**** EXERCISE INPUTS ****
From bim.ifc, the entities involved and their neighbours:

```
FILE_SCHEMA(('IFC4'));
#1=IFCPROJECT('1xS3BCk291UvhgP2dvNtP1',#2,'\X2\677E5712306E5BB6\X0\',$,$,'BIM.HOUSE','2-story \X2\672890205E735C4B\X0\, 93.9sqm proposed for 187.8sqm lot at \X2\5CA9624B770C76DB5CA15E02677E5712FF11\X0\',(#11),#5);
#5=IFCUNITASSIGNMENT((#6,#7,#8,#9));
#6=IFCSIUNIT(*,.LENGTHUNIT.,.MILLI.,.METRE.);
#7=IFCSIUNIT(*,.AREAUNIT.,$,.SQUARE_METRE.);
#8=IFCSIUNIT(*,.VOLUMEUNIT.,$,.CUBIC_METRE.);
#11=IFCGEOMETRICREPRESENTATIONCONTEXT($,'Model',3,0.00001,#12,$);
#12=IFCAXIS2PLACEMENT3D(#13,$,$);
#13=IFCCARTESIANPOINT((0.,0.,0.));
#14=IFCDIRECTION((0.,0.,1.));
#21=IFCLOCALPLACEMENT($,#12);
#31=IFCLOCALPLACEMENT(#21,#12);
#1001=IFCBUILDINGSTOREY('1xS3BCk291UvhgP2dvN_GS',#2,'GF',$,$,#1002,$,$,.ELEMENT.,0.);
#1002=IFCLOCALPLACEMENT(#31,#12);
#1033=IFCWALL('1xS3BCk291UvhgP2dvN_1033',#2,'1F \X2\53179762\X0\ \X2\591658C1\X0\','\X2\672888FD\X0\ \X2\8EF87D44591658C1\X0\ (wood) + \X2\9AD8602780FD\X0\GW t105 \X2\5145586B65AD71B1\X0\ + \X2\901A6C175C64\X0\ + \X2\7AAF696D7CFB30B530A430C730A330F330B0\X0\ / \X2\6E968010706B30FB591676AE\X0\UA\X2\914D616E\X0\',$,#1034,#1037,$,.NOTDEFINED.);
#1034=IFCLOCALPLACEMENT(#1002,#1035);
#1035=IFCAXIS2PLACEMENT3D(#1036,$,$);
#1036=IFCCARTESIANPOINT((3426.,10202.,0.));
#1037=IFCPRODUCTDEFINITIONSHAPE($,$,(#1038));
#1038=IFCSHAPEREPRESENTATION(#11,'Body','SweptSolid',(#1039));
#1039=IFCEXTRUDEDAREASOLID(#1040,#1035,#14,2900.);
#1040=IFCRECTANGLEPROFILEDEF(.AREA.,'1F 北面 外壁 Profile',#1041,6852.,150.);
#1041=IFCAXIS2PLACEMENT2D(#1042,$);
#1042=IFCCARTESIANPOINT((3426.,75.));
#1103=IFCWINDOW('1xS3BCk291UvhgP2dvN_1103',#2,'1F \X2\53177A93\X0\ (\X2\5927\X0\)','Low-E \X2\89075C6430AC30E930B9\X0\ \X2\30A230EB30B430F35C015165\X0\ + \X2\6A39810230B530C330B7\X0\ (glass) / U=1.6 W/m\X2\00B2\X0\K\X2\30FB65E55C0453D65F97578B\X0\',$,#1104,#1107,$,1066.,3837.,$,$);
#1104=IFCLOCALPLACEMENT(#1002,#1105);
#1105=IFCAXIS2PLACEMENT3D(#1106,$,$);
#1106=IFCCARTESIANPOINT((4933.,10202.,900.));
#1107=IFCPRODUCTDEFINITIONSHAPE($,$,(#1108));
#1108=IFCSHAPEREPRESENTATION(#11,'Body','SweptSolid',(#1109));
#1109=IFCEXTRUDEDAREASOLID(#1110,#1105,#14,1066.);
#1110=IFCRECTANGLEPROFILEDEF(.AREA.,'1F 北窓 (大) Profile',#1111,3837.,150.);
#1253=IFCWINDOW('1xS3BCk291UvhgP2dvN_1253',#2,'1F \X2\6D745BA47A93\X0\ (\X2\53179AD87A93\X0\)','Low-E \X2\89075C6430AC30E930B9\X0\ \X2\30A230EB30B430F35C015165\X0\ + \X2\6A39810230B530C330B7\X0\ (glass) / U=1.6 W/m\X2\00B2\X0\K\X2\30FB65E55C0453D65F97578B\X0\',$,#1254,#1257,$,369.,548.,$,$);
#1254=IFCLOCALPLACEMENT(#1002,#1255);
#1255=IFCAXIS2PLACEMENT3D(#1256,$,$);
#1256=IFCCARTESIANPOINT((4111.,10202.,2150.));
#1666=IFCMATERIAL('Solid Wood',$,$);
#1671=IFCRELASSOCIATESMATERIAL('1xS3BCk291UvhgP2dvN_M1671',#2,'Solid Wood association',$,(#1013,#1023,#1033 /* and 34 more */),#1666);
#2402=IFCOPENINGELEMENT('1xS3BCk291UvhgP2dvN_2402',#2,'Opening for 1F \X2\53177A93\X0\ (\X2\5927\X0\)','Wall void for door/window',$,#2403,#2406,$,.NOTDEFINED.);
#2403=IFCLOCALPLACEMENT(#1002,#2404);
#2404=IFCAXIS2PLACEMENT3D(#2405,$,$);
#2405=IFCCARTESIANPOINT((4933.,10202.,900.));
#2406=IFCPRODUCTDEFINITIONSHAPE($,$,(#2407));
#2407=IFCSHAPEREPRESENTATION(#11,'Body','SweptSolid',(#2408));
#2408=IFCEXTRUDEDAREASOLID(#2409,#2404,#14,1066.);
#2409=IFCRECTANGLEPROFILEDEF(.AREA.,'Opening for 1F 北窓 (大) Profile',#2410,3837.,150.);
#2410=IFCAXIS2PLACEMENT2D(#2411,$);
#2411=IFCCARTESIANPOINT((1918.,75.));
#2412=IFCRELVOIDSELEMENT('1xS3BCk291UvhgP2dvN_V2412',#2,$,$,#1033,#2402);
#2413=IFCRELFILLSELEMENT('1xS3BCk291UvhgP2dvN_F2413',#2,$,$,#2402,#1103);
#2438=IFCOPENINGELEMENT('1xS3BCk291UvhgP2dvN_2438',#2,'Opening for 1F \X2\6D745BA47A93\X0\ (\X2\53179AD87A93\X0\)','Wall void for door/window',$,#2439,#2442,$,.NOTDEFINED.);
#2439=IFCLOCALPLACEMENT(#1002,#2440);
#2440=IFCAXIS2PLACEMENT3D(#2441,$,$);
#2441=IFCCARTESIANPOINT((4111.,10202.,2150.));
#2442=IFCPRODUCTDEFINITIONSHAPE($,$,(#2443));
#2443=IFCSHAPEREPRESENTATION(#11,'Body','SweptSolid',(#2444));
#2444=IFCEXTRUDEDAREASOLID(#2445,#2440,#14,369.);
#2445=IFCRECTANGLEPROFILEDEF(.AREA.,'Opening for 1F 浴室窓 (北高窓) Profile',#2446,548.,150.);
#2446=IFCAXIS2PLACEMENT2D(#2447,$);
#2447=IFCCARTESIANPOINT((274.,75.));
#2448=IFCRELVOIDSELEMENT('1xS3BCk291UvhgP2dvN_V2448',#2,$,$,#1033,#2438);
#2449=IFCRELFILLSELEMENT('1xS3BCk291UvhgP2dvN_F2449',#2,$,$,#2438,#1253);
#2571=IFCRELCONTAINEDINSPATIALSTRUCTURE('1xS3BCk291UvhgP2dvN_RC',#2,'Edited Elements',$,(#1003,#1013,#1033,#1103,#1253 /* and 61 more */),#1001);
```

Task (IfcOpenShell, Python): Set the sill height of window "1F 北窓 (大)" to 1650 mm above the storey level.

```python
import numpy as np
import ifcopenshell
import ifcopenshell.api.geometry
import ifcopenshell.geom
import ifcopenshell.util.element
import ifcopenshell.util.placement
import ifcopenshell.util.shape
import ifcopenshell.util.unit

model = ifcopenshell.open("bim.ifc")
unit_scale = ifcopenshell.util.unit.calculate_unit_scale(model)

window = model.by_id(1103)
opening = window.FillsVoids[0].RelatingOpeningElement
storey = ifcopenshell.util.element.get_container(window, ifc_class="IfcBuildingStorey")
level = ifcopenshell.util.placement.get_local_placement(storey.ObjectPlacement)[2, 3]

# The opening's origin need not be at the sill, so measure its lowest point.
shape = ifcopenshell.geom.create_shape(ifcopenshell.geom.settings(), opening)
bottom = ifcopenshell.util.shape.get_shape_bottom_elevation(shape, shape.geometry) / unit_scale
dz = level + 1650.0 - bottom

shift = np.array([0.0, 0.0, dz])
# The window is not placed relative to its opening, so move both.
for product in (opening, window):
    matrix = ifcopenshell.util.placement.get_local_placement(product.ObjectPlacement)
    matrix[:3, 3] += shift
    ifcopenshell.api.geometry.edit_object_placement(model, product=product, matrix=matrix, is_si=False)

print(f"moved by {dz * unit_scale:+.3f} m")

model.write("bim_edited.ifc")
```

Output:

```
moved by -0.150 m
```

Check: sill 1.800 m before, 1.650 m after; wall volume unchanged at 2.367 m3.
****
**** EXERCISE INPUTS ****
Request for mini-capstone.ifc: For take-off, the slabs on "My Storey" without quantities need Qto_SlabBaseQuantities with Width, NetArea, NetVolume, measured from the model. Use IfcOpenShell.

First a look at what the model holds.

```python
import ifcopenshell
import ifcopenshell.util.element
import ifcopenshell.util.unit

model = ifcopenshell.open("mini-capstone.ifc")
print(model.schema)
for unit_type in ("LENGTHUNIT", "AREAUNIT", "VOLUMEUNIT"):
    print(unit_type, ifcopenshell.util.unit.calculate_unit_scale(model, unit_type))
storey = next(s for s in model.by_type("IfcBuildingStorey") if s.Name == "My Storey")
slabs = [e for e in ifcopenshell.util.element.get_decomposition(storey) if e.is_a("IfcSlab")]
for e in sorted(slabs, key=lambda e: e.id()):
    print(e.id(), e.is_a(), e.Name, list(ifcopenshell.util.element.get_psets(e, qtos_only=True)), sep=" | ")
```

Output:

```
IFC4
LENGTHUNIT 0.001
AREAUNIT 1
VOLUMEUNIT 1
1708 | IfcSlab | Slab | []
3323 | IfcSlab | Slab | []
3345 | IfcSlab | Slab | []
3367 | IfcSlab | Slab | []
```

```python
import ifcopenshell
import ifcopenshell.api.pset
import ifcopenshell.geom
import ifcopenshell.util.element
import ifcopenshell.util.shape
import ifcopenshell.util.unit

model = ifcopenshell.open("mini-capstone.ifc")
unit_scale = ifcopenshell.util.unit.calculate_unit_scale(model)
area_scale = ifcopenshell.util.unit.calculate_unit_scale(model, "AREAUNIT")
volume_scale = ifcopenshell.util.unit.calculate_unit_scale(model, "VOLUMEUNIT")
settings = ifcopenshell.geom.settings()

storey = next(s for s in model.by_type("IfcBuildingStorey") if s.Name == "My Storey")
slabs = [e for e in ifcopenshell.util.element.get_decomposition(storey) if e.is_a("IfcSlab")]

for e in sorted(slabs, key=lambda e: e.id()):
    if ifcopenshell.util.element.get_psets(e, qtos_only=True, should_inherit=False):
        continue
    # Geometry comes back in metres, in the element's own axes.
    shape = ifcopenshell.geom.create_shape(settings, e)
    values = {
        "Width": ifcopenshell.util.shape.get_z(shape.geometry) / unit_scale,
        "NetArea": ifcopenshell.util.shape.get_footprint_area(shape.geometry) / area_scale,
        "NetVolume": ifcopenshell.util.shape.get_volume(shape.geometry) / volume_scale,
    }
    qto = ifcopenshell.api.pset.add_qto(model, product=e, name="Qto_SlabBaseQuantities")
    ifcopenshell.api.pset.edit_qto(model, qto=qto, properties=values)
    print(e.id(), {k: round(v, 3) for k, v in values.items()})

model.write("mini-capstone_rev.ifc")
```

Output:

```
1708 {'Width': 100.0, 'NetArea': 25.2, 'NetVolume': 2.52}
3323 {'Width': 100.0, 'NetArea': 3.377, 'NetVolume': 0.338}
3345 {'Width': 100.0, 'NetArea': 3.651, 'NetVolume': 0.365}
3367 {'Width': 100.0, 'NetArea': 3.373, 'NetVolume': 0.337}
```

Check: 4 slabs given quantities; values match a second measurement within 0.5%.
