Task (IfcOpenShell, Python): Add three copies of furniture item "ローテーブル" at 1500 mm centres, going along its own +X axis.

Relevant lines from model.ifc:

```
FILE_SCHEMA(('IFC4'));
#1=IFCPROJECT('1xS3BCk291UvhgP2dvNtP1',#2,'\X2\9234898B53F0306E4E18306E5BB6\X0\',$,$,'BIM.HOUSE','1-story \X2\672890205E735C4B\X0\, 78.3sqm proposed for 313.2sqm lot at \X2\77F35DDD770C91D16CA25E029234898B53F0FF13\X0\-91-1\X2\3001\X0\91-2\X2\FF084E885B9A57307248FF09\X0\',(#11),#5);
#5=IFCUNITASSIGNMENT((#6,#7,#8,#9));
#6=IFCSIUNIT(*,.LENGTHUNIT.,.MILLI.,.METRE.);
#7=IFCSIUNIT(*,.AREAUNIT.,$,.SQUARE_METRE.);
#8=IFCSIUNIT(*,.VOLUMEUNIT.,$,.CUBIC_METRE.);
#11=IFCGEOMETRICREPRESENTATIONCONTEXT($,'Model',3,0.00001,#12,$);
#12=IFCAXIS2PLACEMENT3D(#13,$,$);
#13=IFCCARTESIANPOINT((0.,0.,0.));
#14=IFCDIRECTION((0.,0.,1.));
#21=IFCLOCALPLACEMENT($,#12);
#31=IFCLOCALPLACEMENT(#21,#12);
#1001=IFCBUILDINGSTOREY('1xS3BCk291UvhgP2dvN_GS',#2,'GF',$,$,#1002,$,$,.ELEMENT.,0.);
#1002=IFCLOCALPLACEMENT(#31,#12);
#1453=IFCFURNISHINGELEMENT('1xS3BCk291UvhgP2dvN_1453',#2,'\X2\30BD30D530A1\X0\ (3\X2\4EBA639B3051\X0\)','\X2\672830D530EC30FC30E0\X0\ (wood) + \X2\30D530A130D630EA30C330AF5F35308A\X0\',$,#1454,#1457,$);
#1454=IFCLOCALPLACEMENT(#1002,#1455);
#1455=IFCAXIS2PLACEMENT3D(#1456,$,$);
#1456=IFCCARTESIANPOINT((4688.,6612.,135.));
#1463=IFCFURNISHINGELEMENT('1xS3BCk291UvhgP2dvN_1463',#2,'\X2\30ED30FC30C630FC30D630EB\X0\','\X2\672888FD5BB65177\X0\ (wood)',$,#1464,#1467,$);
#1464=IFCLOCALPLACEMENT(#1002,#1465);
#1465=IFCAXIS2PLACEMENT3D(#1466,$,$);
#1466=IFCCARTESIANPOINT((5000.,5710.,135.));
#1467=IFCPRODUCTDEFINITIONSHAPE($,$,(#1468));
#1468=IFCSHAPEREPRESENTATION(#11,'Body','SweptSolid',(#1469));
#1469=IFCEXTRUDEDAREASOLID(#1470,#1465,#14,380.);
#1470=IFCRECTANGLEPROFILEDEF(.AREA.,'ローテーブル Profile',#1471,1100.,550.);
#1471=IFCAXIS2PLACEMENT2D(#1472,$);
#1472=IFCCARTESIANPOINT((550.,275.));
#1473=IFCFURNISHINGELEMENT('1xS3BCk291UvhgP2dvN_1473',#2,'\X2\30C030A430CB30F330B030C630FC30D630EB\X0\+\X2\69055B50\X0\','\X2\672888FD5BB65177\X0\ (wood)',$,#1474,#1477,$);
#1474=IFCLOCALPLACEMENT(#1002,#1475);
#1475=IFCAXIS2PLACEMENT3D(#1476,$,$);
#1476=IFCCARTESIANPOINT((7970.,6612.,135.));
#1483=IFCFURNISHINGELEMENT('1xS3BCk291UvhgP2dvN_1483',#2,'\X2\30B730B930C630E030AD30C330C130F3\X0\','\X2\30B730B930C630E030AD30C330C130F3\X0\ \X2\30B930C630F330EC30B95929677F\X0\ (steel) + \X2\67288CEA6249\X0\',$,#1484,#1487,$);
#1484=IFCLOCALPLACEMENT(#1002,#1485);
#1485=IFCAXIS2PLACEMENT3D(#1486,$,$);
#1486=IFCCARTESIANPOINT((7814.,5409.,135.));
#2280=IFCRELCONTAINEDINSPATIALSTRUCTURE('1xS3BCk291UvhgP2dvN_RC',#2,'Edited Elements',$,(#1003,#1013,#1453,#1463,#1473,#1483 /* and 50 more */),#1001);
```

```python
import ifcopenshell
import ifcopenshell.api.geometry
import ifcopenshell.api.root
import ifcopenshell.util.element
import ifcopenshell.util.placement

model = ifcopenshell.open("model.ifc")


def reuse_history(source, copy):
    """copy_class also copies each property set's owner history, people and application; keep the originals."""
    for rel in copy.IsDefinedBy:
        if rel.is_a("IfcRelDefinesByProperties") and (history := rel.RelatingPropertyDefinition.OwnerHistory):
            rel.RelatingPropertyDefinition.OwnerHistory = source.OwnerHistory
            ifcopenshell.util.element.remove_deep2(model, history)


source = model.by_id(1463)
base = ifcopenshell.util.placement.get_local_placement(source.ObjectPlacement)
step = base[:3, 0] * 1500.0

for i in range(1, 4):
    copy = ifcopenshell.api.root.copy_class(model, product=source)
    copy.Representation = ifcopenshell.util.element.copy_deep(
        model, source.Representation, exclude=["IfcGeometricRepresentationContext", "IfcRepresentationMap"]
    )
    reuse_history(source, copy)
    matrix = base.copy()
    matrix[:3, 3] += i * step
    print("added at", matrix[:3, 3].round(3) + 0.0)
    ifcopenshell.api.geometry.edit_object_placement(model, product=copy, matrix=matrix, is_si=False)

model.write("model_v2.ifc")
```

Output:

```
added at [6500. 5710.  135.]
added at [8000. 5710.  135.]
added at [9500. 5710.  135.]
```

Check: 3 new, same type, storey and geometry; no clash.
****
GOAL OF THE EXERCISE: Work out how many lines of the entries hold the word "IFCRELVOIDSELEMENT", and write only that figure.

RESPONSE TO THIS EXERCISE: 2